There is no one answer that fits all circumstances.  Before you do anything with the financial institution, make certain that your wishes are being carried out.  Often times financial institutions advise surviving spouses to put a child’s name on their account.  And, what happens is that the child is made a joint owner and only discovered after the fact.  And, sometimes when it is too late to protect the asset.

Your best bet is to contact an attorney for consulting on what the best direction is for your situation. 

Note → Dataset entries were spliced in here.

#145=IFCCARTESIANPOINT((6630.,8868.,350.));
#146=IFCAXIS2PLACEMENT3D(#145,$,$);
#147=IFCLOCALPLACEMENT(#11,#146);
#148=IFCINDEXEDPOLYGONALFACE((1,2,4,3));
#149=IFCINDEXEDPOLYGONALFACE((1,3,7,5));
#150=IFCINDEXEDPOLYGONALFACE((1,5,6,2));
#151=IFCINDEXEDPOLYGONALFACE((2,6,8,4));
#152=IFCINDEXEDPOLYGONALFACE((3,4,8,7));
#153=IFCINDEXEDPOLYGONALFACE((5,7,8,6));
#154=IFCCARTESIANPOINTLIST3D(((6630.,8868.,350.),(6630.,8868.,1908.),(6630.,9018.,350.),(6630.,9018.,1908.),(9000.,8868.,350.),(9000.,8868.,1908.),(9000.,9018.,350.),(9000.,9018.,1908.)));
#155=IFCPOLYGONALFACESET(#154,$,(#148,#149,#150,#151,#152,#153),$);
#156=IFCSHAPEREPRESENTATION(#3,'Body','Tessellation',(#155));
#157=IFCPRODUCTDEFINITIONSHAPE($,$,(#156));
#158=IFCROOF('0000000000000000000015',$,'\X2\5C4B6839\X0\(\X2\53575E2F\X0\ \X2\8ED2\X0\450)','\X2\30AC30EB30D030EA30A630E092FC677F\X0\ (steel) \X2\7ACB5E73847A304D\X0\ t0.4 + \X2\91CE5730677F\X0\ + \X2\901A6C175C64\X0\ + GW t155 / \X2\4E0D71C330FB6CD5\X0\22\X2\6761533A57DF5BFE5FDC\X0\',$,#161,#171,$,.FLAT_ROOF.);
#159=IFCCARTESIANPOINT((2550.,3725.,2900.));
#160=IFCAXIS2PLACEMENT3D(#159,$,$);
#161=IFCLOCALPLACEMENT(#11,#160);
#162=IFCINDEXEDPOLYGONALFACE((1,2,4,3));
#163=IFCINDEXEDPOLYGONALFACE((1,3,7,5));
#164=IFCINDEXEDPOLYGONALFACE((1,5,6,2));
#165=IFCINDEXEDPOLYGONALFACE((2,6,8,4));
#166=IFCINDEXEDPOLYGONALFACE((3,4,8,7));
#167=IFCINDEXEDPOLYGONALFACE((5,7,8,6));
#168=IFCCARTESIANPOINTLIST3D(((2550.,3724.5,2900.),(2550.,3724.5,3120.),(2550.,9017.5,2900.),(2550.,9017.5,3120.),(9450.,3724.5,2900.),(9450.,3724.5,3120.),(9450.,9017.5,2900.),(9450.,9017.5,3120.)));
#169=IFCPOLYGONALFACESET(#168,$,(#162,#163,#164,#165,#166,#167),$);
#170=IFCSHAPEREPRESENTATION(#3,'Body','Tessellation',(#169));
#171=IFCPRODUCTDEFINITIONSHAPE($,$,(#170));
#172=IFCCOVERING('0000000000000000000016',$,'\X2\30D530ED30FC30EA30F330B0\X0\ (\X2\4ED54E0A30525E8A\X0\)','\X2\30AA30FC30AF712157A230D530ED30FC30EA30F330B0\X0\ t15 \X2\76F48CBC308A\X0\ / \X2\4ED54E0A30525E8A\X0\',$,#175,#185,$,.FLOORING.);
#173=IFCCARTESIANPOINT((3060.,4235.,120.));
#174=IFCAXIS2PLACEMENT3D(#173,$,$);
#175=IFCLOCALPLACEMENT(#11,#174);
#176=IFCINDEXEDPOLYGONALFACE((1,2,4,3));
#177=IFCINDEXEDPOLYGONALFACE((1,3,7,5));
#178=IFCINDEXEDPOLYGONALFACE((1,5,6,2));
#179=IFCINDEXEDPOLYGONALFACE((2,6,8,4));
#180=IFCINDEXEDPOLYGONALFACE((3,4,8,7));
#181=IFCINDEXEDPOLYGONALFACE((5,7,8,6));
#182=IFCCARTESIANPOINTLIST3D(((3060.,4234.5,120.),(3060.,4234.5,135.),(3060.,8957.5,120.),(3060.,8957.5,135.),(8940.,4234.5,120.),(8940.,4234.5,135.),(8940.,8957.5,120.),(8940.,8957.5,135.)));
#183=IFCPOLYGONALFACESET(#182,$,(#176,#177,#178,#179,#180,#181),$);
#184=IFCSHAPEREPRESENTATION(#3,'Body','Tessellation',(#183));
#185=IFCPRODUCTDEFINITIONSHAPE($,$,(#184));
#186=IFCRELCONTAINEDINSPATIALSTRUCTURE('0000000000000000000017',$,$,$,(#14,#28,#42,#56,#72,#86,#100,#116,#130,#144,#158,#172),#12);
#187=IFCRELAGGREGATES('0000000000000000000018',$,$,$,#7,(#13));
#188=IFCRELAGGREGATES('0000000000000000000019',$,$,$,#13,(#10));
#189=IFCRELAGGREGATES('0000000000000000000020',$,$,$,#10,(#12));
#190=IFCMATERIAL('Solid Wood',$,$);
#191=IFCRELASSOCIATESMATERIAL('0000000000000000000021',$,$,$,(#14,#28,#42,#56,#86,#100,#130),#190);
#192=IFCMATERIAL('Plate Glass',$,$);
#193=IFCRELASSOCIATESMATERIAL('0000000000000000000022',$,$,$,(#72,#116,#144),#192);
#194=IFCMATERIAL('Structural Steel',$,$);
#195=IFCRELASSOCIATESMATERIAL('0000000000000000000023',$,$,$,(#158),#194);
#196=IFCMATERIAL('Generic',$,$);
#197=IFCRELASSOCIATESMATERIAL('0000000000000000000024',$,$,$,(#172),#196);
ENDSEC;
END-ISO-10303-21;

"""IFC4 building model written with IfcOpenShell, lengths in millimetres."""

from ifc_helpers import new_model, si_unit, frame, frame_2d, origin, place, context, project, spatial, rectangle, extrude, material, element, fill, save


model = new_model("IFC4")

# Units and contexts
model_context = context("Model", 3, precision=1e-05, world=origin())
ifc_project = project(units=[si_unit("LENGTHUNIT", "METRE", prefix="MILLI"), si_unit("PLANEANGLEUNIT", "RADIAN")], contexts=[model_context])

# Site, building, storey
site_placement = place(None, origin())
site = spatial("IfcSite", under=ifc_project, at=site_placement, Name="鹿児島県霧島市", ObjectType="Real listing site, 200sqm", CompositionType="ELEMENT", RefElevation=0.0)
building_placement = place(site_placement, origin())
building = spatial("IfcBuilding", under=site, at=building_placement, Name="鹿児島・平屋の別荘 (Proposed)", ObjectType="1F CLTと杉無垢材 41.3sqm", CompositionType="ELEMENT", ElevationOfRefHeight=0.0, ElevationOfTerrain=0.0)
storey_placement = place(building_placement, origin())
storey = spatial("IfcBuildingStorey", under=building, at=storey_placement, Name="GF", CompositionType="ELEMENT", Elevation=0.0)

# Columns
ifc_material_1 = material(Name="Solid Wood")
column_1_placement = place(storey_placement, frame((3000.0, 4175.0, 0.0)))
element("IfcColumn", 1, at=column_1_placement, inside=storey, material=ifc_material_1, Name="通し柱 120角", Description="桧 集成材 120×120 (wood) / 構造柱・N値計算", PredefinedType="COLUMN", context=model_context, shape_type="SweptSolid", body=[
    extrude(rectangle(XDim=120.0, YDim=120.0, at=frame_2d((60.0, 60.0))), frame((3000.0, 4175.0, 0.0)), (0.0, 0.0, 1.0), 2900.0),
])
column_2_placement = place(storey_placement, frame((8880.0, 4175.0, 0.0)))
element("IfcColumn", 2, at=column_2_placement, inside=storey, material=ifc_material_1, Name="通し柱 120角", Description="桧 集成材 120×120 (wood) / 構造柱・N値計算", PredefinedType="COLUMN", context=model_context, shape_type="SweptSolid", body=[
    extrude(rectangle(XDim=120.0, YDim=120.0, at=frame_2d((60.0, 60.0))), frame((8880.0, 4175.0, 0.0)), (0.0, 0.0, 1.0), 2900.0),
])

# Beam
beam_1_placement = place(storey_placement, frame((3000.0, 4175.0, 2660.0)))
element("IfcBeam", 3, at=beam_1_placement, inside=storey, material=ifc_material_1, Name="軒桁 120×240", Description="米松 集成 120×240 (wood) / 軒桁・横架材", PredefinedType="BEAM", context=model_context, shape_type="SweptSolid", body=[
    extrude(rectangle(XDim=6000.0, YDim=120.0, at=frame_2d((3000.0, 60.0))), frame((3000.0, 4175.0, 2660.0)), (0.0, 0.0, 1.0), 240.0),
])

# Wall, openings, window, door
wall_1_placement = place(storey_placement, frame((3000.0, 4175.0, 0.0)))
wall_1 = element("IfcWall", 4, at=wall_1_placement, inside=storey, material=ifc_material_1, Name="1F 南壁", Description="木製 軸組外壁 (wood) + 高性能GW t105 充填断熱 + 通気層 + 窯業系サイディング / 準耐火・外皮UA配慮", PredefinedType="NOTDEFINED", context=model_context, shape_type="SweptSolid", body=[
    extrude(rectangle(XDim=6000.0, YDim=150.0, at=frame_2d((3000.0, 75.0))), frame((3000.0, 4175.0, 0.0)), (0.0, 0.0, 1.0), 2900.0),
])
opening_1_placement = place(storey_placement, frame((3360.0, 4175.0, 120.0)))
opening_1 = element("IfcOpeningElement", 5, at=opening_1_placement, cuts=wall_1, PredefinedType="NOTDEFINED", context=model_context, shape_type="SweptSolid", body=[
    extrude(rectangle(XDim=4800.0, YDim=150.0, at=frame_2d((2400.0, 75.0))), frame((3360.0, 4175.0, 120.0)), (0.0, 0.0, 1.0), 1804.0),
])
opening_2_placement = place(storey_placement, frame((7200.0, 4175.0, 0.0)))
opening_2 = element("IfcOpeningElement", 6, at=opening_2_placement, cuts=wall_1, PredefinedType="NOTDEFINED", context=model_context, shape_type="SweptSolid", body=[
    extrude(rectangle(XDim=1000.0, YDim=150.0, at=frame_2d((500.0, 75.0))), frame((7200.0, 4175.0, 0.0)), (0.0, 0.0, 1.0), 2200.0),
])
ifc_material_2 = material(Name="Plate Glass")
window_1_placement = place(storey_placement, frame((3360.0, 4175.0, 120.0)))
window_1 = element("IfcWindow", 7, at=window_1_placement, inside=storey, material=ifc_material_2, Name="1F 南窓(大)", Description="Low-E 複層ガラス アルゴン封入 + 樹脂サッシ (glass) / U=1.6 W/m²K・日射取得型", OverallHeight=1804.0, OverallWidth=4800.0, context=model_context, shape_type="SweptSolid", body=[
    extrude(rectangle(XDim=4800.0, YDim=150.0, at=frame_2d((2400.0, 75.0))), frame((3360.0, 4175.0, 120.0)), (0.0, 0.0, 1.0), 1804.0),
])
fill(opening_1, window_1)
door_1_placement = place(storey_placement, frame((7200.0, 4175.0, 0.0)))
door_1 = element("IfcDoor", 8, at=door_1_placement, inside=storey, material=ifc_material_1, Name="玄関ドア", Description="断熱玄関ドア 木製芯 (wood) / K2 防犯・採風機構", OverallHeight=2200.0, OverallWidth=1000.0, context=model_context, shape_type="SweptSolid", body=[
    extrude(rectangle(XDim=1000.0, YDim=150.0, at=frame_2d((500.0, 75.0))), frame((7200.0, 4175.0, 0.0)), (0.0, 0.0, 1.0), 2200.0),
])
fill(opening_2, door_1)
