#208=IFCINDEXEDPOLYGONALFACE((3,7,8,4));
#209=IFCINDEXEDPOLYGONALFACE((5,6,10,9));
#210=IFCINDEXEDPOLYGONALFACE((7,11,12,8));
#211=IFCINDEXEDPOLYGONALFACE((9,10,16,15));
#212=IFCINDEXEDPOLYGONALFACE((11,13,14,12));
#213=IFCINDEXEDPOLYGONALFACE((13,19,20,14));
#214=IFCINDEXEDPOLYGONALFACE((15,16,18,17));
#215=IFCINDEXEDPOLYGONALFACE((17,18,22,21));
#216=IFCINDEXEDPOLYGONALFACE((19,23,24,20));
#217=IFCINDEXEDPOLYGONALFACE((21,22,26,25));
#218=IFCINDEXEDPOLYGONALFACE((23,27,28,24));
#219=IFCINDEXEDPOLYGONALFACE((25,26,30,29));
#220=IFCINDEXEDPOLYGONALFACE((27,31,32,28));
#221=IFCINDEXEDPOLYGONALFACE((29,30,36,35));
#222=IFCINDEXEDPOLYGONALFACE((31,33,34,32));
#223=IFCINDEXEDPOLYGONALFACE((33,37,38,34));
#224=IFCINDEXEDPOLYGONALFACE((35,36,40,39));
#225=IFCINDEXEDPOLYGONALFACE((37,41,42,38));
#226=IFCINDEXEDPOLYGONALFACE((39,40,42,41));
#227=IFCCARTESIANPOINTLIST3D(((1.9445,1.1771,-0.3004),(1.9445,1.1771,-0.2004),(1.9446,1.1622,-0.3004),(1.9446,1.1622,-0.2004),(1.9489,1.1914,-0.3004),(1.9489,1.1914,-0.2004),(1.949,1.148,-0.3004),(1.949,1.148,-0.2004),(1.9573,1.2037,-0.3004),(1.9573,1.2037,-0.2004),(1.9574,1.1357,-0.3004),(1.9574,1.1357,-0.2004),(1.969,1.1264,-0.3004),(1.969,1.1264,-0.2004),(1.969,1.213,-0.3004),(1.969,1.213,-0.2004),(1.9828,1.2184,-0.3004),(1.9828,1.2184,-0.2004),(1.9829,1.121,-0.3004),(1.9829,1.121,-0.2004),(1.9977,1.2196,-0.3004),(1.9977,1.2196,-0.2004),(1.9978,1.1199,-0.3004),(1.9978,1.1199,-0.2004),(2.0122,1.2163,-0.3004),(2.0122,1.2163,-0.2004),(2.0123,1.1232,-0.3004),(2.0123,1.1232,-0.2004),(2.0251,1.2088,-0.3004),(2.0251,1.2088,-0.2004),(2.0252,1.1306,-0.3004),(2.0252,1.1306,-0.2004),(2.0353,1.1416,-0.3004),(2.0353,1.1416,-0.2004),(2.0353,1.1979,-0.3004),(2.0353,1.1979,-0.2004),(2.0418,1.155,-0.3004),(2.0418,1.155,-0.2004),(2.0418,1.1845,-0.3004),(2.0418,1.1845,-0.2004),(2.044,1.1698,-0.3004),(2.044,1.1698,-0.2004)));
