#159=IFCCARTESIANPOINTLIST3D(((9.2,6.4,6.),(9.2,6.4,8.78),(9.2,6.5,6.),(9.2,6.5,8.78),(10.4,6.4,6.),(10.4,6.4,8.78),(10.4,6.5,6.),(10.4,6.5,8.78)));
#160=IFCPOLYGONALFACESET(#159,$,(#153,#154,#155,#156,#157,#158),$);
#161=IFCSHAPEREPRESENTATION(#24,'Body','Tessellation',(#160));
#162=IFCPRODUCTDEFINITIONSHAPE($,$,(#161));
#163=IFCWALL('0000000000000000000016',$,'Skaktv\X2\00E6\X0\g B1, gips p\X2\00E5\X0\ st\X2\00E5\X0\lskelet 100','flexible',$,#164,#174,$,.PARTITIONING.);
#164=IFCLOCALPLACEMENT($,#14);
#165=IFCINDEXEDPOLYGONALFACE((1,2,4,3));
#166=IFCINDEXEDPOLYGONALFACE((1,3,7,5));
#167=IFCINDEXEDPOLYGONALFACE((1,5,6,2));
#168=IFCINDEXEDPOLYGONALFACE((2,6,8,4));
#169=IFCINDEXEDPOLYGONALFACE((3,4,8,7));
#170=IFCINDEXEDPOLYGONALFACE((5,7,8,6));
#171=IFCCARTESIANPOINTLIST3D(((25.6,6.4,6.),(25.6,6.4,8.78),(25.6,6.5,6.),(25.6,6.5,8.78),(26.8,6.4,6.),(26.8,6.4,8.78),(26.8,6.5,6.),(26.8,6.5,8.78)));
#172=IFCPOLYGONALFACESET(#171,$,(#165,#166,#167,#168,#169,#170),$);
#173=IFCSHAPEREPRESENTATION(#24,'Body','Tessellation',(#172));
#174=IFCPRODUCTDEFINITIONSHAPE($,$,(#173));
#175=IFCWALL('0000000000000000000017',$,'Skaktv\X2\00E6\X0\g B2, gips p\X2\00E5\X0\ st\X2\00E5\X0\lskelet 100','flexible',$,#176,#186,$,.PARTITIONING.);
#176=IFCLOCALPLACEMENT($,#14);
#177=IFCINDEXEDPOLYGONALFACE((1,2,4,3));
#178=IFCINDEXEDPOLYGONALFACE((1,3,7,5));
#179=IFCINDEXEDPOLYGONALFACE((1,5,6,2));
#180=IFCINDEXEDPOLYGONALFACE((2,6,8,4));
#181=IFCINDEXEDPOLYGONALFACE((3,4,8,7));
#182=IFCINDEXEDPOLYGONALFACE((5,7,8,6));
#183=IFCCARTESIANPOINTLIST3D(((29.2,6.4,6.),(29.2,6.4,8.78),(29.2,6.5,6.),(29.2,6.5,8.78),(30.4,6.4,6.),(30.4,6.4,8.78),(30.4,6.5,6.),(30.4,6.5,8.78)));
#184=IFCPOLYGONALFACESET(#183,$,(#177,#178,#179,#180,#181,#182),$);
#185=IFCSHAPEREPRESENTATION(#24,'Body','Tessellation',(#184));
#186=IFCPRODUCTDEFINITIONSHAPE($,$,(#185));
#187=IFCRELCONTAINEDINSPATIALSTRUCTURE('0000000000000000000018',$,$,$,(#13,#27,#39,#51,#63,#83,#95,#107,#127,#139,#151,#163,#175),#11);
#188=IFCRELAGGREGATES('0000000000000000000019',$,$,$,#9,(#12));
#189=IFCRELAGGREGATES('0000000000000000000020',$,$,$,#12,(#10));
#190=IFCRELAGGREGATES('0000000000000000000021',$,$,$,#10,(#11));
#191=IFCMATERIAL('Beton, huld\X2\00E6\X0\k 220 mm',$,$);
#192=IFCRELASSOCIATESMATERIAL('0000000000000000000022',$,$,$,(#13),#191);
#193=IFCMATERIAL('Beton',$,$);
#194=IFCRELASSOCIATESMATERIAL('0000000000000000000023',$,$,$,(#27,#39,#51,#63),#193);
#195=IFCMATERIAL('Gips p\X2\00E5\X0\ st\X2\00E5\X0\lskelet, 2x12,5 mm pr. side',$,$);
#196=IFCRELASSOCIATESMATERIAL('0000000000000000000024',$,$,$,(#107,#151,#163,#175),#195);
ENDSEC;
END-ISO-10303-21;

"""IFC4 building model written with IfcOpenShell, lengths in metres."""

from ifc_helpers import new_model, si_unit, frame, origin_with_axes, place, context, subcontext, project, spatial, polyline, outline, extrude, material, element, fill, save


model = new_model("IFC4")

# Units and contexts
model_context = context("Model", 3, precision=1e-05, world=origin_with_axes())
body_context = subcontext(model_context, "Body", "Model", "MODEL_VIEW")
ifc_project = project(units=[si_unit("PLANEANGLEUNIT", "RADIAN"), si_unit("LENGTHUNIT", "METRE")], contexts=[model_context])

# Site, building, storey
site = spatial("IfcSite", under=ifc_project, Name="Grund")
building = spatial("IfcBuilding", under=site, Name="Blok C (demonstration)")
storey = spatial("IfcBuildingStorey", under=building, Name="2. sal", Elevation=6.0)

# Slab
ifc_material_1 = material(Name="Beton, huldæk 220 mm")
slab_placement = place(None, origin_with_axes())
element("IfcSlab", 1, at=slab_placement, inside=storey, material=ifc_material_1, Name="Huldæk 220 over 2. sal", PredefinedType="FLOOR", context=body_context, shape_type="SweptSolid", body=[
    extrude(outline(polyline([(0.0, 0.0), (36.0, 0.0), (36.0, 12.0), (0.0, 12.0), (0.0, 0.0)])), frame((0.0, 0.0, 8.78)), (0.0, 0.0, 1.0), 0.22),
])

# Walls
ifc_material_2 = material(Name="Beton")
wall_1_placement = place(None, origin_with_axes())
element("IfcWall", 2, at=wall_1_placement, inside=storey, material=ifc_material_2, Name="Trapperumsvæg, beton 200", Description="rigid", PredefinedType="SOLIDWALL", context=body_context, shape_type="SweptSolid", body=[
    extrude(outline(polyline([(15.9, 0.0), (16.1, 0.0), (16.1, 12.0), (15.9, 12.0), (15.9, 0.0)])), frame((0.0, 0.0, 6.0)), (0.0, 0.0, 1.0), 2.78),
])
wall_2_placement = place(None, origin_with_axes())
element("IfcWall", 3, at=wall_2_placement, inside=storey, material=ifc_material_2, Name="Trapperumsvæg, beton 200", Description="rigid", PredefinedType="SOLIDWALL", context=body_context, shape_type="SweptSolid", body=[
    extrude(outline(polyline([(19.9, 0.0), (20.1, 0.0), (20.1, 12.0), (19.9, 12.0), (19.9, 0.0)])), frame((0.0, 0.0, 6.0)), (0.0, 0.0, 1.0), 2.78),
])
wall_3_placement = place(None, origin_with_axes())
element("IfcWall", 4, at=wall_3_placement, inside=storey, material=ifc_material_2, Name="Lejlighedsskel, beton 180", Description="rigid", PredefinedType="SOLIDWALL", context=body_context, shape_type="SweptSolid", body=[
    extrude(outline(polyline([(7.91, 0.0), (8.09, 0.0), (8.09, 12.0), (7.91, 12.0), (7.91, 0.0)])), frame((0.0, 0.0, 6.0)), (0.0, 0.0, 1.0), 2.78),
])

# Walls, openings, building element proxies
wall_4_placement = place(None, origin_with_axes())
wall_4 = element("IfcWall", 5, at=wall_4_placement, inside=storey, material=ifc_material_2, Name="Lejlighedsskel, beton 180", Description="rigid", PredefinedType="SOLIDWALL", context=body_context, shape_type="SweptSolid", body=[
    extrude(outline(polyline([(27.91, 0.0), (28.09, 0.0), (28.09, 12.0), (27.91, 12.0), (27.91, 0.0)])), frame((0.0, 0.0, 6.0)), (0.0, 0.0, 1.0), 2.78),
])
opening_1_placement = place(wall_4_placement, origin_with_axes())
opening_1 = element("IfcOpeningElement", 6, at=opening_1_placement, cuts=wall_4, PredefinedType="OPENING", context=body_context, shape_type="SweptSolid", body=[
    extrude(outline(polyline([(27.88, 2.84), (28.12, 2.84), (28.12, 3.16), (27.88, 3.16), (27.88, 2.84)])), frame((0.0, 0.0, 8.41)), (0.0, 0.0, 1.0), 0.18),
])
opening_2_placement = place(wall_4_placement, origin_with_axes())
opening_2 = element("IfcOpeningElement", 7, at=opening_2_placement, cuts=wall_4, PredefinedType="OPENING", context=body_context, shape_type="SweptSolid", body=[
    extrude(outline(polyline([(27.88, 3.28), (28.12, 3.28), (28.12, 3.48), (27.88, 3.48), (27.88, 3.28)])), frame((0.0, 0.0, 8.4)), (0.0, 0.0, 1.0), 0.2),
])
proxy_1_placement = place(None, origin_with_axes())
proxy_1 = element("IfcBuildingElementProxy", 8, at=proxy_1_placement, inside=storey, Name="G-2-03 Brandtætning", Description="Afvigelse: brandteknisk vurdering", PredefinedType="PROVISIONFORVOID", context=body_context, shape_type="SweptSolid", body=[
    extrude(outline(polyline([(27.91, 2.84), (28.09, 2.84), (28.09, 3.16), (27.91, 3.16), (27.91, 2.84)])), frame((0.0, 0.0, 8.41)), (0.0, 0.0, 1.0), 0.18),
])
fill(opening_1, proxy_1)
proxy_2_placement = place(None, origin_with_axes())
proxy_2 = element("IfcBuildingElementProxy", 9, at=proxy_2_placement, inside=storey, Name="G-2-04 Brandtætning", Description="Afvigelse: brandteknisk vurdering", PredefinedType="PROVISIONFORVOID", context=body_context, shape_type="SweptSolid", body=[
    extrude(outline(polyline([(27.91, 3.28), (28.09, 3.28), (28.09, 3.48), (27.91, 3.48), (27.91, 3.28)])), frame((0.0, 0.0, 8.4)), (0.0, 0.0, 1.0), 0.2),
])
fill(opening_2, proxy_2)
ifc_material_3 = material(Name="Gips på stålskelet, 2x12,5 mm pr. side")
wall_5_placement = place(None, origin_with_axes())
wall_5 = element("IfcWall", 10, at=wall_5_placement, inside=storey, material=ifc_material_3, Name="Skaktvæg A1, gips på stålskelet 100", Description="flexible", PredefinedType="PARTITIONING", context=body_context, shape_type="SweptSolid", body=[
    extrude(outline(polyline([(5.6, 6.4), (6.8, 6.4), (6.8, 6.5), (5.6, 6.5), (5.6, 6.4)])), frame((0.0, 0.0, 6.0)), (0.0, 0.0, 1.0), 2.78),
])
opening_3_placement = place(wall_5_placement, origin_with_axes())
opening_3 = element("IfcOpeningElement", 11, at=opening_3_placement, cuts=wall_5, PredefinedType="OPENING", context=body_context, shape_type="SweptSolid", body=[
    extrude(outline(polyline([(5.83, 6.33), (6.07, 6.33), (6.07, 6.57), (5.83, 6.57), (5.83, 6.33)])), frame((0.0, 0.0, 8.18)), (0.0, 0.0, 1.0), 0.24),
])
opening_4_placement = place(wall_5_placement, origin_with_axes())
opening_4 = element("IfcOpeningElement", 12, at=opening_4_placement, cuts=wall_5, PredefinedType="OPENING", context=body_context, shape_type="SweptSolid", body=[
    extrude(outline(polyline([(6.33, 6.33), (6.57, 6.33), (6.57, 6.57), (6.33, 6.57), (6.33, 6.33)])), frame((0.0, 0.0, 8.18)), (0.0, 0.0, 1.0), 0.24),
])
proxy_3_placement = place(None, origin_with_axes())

As we move through the new year, we may have made resolutions, created a To Do list, or just have mentally thought about different things that might need attention.  Regardless of your method, one very important item that you should give priority to is to address your estate planning and to determine if it needs to be updated.  Or in some cases be prepared, as you don’t have any documents in place.

You may think that even if you have done your estate planning in the past that you needn’t think further about it, you are so wrong.  Situations change in your life as well as in the lives of your beneficiaries.  Illness, creditor issues, marital situations, disability, death – just to name a few.   Tax laws change. Any one of these can have an impact on your estate planning. 

            Here are some thought-provoking questions for you to ponder:

  • If your spouse has died since you prepared your estate planning, have you reviewed your documents to make certain that you are covered with fiduciary – executor, power of attorney and living will/health care directive agents – appointments? 
  • Are any of your beneficiaries experiencing creditor issues that you may want to protect any potential inheritance?
  • Are any of your beneficiaries having marital difficulties?  Even if they are in solid marriages, do you have specific feelings as to whether you would want the beneficiary’s spouse to benefit or would you prefer to ensure that the next generation benefit.  For example, if you name your children as your beneficiaries but a child predeceases you, do you wish for your grandchildren to benefit or do you wish for your child-in-law to benefit?
  • If any of your beneficiaries have stepchildren, do you wish for them to be considered a child?  How about adopted children? 
  • If a potential beneficiary is disabled and receiving governmental benefits, special consideration should be given in your estate plan to ensure that the disabled beneficiary would not lose any governmental benefits they may be receiving.
  • If your distributions are to be made to beneficiaries for whom inheritance tax may be assessed, who do you want to pay those inheritance taxes?  Laws differ greatly by state.
  • What is the impact between probate assets and non-probate assets (beneficiary designated assets/jointly owned assets) and your desired distribution?
  • Depending on the size of your estate, might it be beneficial for you to engage in gifting of assets?
  • If you are charitably inclined, based on the makeup of your wealth, are there options regarding charitable donations that could reduce your income taxes while you are living?
  • If you have a child living with you who is providing care services, what are your thoughts about the child receiving compensation of some sort for their services?  Do you need to have a care agreement in place? 

More than anything, I caution you against using free forms found on the internet for estate planning purposes.  Often times there may be discrepancies that you would not know about.  A couple of examples are:  Are they specific to your state of residence?  Do they provide guidance on the necessary signature requirements and witness and notarial requirements?  Have they addressed tax payments?  Do they give you guidance on any specific situations for you or your estate (as mentioned above)?

Even if you think that your estate planning is simple, there is usually one little detail that can necessitate special attention that could have an impact. 

Why not put your estate planning review (or preparation) on the same timing as preparing your income taxes?  Why not get the burden of both off of your shoulders at the same time?